◆ Records for this exercise
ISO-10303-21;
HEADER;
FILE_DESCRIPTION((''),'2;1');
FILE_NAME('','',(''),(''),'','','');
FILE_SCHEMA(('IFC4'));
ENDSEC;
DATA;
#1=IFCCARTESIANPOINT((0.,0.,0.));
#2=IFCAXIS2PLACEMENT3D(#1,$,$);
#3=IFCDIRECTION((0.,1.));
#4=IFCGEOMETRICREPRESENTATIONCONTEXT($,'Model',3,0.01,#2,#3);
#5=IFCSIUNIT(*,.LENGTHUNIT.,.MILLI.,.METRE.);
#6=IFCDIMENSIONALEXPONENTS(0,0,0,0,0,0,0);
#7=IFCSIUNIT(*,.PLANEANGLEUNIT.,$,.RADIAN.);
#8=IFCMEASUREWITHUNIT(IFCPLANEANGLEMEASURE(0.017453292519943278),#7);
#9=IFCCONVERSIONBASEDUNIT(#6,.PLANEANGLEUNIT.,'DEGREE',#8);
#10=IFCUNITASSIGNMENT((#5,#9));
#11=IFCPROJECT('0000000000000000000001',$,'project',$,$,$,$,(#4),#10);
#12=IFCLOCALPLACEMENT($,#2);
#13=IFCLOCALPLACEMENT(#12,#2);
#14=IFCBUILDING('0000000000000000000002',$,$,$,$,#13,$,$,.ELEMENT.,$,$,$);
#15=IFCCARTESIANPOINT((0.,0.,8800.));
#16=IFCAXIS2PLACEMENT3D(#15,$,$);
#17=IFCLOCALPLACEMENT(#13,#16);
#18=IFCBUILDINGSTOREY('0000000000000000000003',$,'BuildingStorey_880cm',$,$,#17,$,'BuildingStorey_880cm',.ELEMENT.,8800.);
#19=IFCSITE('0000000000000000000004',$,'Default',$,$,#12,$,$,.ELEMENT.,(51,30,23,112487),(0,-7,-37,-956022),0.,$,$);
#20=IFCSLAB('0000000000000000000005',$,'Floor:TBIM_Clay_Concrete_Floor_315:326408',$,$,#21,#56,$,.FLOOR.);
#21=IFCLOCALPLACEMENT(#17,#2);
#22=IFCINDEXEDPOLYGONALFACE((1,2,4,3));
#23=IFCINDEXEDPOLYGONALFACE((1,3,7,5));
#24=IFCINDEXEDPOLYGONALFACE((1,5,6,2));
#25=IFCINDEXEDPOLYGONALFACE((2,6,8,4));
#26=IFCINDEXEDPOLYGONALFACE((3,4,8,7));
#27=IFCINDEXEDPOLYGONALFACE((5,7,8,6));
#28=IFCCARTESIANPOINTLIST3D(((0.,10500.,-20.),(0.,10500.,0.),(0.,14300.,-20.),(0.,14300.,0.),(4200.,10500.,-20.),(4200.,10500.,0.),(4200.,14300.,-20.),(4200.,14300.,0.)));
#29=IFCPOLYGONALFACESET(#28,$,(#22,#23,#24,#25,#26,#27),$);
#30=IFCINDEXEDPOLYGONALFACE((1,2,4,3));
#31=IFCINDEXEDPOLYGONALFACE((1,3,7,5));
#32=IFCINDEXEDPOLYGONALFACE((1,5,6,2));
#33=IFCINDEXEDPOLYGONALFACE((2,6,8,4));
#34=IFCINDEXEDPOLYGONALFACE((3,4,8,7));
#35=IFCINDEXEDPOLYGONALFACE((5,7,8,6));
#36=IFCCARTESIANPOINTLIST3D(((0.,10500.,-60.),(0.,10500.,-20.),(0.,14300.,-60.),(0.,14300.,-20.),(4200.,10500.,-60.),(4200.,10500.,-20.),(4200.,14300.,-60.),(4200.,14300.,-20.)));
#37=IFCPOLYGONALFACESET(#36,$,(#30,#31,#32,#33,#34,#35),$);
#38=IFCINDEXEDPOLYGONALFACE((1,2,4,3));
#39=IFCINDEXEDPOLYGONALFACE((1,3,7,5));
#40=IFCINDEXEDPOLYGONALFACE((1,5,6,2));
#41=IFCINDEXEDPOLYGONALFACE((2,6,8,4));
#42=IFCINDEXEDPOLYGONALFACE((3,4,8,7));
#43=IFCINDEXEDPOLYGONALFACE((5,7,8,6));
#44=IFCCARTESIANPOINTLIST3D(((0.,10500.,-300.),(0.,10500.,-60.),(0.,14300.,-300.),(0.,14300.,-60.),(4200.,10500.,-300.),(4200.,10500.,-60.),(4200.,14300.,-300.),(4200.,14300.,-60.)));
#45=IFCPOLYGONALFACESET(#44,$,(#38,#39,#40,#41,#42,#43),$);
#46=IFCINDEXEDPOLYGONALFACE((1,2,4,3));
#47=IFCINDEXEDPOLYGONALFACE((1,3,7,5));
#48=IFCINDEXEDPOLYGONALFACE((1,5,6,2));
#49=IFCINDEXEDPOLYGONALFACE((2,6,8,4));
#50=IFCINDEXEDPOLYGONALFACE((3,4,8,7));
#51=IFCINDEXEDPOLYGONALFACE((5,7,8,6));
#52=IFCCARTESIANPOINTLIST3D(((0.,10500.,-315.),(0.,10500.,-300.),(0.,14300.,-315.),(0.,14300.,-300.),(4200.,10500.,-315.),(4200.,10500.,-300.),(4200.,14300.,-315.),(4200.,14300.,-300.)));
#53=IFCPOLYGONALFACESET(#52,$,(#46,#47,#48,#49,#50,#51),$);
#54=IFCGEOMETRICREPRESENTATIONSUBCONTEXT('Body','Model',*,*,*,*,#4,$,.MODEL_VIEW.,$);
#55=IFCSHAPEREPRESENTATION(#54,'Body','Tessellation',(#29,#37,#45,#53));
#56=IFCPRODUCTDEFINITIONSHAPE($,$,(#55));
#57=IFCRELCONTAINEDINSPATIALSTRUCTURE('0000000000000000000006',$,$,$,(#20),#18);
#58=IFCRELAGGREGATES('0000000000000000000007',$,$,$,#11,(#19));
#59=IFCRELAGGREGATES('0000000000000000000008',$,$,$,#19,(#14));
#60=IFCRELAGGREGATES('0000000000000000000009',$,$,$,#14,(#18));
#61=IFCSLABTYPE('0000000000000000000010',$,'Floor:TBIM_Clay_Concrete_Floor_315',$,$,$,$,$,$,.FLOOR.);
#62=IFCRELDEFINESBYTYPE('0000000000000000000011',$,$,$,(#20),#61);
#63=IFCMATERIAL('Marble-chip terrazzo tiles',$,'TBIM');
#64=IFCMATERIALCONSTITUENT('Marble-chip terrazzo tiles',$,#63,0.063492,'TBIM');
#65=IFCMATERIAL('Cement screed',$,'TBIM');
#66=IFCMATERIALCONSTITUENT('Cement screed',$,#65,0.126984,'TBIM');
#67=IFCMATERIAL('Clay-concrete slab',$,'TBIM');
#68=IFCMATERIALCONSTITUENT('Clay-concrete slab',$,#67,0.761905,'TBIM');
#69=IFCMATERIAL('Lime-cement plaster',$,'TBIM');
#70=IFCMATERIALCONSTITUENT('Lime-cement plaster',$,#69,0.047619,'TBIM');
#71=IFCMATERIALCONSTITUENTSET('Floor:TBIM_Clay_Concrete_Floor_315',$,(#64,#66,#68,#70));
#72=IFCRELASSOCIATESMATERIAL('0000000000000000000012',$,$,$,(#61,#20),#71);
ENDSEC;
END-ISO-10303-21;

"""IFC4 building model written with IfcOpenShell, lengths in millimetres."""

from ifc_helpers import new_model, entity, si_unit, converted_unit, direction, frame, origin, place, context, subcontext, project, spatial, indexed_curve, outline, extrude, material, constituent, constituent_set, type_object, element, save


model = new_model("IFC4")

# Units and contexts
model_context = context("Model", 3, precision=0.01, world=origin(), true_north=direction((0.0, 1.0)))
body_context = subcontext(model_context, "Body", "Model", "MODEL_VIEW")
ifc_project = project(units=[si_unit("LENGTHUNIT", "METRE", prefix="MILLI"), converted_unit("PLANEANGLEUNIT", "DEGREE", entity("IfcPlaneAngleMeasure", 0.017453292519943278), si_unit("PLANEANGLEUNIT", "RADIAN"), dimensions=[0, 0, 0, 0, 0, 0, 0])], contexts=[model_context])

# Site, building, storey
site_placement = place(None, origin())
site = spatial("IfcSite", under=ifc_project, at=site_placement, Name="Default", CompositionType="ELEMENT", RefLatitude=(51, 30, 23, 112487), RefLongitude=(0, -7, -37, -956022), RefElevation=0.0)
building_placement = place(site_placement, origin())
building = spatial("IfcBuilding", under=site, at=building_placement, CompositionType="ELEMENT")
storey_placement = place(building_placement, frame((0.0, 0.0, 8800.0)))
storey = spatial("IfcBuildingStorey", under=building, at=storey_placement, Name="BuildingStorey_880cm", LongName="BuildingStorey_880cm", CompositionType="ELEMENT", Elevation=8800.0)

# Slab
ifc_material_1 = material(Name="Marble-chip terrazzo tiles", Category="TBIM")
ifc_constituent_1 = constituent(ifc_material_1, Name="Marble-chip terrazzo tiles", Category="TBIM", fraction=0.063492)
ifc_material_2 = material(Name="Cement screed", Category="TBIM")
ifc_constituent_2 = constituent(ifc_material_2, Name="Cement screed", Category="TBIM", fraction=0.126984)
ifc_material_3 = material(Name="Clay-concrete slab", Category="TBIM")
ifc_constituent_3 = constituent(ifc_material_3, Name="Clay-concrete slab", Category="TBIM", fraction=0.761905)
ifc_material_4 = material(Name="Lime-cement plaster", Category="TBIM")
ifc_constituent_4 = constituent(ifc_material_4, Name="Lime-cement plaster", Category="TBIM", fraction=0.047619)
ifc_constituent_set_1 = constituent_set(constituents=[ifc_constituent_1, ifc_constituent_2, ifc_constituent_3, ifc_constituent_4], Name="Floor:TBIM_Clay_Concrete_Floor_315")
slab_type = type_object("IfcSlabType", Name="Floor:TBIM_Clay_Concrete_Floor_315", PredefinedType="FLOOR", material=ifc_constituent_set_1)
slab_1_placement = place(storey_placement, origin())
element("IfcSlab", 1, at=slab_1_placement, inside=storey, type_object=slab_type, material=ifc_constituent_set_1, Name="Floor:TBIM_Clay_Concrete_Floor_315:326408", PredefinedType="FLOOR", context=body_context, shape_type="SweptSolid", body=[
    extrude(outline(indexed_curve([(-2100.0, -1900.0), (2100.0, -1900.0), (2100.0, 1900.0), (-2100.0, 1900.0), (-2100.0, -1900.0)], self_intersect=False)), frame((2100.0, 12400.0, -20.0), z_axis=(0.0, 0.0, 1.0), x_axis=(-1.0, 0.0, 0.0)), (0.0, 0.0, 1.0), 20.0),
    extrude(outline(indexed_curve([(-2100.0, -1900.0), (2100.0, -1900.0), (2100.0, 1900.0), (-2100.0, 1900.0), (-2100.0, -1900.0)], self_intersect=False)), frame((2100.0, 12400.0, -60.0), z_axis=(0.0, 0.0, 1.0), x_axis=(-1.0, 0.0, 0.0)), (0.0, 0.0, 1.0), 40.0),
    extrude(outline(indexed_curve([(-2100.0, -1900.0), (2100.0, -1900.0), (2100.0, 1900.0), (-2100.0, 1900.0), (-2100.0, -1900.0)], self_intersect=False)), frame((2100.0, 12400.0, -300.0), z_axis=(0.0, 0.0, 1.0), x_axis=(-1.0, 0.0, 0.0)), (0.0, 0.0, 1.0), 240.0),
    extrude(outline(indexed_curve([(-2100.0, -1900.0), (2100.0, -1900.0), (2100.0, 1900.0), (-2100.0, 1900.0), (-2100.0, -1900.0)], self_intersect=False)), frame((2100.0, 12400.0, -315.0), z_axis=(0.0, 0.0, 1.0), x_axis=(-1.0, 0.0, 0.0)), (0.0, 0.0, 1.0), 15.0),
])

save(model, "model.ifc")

---

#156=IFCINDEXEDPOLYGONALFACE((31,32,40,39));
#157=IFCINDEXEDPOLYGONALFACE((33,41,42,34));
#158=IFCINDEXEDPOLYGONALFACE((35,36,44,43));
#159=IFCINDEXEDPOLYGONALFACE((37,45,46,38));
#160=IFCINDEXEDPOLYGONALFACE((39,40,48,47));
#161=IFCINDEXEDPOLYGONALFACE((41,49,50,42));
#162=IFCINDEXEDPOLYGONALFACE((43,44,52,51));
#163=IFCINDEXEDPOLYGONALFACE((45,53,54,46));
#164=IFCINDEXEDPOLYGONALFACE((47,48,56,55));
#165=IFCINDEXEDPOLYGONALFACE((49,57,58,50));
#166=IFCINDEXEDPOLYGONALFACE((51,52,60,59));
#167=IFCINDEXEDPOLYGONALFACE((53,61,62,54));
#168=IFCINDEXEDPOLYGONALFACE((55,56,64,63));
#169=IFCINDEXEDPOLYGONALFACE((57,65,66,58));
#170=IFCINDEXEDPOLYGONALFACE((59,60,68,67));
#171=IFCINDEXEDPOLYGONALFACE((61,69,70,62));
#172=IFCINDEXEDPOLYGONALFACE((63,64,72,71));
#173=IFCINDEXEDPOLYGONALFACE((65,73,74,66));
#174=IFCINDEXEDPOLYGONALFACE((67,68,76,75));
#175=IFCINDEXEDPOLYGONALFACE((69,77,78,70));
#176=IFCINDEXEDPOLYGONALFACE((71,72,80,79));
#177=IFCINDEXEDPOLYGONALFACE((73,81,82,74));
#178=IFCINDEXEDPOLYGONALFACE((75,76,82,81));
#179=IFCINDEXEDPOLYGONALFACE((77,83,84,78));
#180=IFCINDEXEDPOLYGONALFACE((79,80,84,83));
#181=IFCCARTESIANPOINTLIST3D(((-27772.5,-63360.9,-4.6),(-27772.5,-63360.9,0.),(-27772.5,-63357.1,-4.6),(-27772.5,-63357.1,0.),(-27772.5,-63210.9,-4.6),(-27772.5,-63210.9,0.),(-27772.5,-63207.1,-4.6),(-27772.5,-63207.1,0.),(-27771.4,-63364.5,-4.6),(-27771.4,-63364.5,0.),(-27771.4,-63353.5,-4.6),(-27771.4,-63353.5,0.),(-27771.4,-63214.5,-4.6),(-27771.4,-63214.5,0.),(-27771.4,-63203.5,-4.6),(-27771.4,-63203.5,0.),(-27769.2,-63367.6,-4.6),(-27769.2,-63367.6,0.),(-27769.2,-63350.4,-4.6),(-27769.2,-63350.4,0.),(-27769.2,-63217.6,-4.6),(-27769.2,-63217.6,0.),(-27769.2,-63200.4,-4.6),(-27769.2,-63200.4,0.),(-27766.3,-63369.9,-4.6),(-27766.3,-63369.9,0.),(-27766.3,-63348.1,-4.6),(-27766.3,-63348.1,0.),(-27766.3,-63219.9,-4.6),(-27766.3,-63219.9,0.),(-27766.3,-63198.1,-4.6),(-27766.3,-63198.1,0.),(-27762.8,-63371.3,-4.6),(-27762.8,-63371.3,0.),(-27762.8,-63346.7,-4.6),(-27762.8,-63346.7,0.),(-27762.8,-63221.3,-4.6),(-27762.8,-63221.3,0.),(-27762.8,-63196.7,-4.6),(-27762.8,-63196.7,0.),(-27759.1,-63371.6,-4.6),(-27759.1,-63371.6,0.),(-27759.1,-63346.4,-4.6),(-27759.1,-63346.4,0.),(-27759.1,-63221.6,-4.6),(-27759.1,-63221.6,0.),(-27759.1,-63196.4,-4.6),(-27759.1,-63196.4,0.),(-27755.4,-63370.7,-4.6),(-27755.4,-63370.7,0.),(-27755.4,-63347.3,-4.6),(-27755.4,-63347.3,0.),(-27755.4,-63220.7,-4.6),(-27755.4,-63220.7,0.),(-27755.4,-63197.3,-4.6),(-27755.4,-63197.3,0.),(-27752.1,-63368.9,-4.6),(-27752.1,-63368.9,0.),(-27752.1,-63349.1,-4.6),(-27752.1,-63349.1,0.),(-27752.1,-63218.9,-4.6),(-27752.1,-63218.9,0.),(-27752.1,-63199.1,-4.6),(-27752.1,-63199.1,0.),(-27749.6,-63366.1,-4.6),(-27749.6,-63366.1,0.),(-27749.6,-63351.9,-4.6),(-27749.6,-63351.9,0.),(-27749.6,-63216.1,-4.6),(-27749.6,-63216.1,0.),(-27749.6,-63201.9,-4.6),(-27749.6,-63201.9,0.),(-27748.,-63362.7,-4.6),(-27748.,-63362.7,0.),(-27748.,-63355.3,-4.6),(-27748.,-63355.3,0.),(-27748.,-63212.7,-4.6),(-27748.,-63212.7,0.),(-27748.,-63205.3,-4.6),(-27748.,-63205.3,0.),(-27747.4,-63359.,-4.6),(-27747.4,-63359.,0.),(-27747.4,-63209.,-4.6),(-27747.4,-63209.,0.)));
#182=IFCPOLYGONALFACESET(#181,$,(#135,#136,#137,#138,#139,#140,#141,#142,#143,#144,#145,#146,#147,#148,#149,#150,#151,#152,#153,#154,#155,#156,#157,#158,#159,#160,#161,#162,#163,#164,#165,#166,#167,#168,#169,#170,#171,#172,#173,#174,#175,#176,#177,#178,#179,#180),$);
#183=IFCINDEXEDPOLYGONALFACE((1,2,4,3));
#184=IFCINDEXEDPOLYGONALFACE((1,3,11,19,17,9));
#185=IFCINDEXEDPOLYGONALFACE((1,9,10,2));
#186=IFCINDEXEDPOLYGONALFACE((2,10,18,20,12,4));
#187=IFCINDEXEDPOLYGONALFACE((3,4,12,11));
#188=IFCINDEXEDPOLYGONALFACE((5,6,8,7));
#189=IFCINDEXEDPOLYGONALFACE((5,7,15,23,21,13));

◆ Problem details
Please, from the material above, copy only the lines from the line with "#161=IFCINDEXEDPOLYGONALFACE((41,49,50,42));" up to and including the line with "#180=IFCINDEXEDPOLYGONALFACE((79,80,84,83));", exactly as written.

◆ Expected output
#161=IFCINDEXEDPOLYGONALFACE((41,49,50,42));
#162=IFCINDEXEDPOLYGONALFACE((43,44,52,51));
#163=IFCINDEXEDPOLYGONALFACE((45,53,54,46));
#164=IFCINDEXEDPOLYGONALFACE((47,48,56,55));
#165=IFCINDEXEDPOLYGONALFACE((49,57,58,50));
#166=IFCINDEXEDPOLYGONALFACE((51,52,60,59));
#167=IFCINDEXEDPOLYGONALFACE((53,61,62,54));
#168=IFCINDEXEDPOLYGONALFACE((55,56,64,63));
#169=IFCINDEXEDPOLYGONALFACE((57,65,66,58));
#170=IFCINDEXEDPOLYGONALFACE((59,60,68,67));
#171=IFCINDEXEDPOLYGONALFACE((61,69,70,62));
#172=IFCINDEXEDPOLYGONALFACE((63,64,72,71));
#173=IFCINDEXEDPOLYGONALFACE((65,73,74,66));
#174=IFCINDEXEDPOLYGONALFACE((67,68,76,75));
#175=IFCINDEXEDPOLYGONALFACE((69,77,78,70));
#176=IFCINDEXEDPOLYGONALFACE((71,72,80,79));
#177=IFCINDEXEDPOLYGONALFACE((73,81,82,74));
#178=IFCINDEXEDPOLYGONALFACE((75,76,82,81));
#179=IFCINDEXEDPOLYGONALFACE((77,83,84,78));
#180=IFCINDEXEDPOLYGONALFACE((79,80,84,83));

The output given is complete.